## Task to complete:
Return a copy of every line in the data below that contains "SweptSolid".

## Excerpted records:
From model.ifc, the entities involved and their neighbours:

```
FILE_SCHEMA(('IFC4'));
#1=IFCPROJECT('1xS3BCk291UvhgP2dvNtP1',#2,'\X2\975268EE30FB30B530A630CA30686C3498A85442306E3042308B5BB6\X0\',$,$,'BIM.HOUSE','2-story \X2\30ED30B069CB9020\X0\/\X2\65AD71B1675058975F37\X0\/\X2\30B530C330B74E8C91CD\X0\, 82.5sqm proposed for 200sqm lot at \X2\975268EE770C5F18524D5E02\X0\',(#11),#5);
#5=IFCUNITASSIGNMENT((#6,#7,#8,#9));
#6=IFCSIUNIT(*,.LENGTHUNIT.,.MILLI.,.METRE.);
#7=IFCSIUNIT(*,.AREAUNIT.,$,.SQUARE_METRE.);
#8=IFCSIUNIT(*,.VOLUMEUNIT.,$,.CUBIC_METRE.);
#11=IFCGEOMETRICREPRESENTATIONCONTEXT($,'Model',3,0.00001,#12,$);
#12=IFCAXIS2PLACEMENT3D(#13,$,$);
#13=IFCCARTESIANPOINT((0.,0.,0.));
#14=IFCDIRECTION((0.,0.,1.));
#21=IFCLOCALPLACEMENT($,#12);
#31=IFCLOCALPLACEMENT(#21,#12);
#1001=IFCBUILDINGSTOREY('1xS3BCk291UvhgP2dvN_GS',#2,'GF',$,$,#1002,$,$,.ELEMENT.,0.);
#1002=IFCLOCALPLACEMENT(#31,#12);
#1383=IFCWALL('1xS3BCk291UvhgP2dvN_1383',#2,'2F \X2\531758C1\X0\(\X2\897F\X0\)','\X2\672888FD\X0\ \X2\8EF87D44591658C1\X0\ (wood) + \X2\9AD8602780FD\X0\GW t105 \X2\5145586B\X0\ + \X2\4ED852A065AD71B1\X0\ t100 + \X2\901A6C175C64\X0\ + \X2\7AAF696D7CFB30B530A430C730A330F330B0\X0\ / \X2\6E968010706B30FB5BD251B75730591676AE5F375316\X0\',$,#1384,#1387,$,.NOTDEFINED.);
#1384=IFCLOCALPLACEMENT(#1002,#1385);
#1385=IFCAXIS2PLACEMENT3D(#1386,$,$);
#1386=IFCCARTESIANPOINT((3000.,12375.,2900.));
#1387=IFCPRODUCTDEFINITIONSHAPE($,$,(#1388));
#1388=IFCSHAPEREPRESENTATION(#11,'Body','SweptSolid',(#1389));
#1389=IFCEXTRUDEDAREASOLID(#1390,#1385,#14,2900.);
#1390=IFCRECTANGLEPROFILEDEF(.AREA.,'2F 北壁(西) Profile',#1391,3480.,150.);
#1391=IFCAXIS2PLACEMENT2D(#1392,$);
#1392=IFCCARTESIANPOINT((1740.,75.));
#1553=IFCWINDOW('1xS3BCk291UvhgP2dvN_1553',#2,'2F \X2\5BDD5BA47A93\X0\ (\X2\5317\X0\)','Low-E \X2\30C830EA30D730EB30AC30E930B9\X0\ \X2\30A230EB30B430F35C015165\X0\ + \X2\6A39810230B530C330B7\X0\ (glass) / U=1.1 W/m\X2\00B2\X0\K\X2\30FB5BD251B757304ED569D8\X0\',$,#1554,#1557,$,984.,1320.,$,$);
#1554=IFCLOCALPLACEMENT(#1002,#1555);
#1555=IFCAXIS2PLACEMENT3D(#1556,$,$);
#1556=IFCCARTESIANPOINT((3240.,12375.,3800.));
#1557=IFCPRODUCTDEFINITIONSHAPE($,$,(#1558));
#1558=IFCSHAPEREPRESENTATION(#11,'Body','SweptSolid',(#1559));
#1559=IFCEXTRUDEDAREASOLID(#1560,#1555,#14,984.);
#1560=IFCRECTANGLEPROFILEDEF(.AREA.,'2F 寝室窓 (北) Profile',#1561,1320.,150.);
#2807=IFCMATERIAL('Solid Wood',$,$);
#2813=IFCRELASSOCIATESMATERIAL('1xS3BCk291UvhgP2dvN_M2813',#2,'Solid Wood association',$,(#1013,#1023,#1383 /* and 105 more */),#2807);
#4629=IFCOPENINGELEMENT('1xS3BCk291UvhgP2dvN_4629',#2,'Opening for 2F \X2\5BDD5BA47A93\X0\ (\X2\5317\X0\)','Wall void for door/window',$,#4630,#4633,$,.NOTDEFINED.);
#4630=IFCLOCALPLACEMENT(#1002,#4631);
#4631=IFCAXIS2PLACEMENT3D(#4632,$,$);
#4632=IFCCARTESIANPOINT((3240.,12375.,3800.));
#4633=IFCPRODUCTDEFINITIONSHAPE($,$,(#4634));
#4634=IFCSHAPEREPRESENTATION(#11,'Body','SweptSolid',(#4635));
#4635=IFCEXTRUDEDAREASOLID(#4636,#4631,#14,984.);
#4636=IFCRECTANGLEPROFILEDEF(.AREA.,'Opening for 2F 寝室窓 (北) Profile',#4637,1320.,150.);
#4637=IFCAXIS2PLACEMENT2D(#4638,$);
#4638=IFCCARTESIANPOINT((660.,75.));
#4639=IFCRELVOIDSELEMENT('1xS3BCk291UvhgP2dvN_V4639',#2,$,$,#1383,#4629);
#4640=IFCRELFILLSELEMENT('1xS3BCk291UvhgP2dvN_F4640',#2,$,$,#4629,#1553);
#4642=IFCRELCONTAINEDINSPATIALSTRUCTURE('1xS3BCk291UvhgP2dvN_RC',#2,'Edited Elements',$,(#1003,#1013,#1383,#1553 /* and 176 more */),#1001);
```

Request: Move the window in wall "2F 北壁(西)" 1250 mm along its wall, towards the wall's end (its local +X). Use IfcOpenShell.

```python
import ifcopenshell
import ifcopenshell.api.geometry
import ifcopenshell.util.placement
import ifcopenshell.util.unit

model = ifcopenshell.open("model.ifc")
unit_scale = ifcopenshell.util.unit.calculate_unit_scale(model)

window = model.by_guid("1xS3BCk291UvhgP2dvN_1553")
opening = window.FillsVoids[0].RelatingOpeningElement
wall = opening.VoidsElements[0].RelatingBuildingElement

wall_matrix = ifcopenshell.util.placement.get_local_placement(wall.ObjectPlacement)
shift = wall_matrix[:3, 0] * 1.25 / unit_scale
before = ifcopenshell.util.placement.get_local_placement(window.ObjectPlacement)[:3, 3].copy()

# The window is not placed relative to its opening, so move both.
for product in (opening, window):
    matrix = ifcopenshell.util.placement.get_local_placement(product.ObjectPlacement)
    matrix[:3, 3] += shift
    ifcopenshell.api.geometry.edit_object_placement(model, product=product, matrix=matrix, is_si=False)

after = ifcopenshell.util.placement.get_local_placement(window.ObjectPlacement)[:3, 3]
print("window moved by", (after - before).round(3) + 0.0)

model.write("model_updated.ifc")
```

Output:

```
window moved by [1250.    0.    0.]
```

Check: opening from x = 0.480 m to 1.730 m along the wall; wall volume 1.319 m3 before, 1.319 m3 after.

## Reply to the exercise:
#1388=IFCSHAPEREPRESENTATION(#11,'Body','SweptSolid',(#1389));
#1558=IFCSHAPEREPRESENTATION(#11,'Body','SweptSolid',(#1559));
#4634=IFCSHAPEREPRESENTATION(#11,'Body','SweptSolid',(#4635));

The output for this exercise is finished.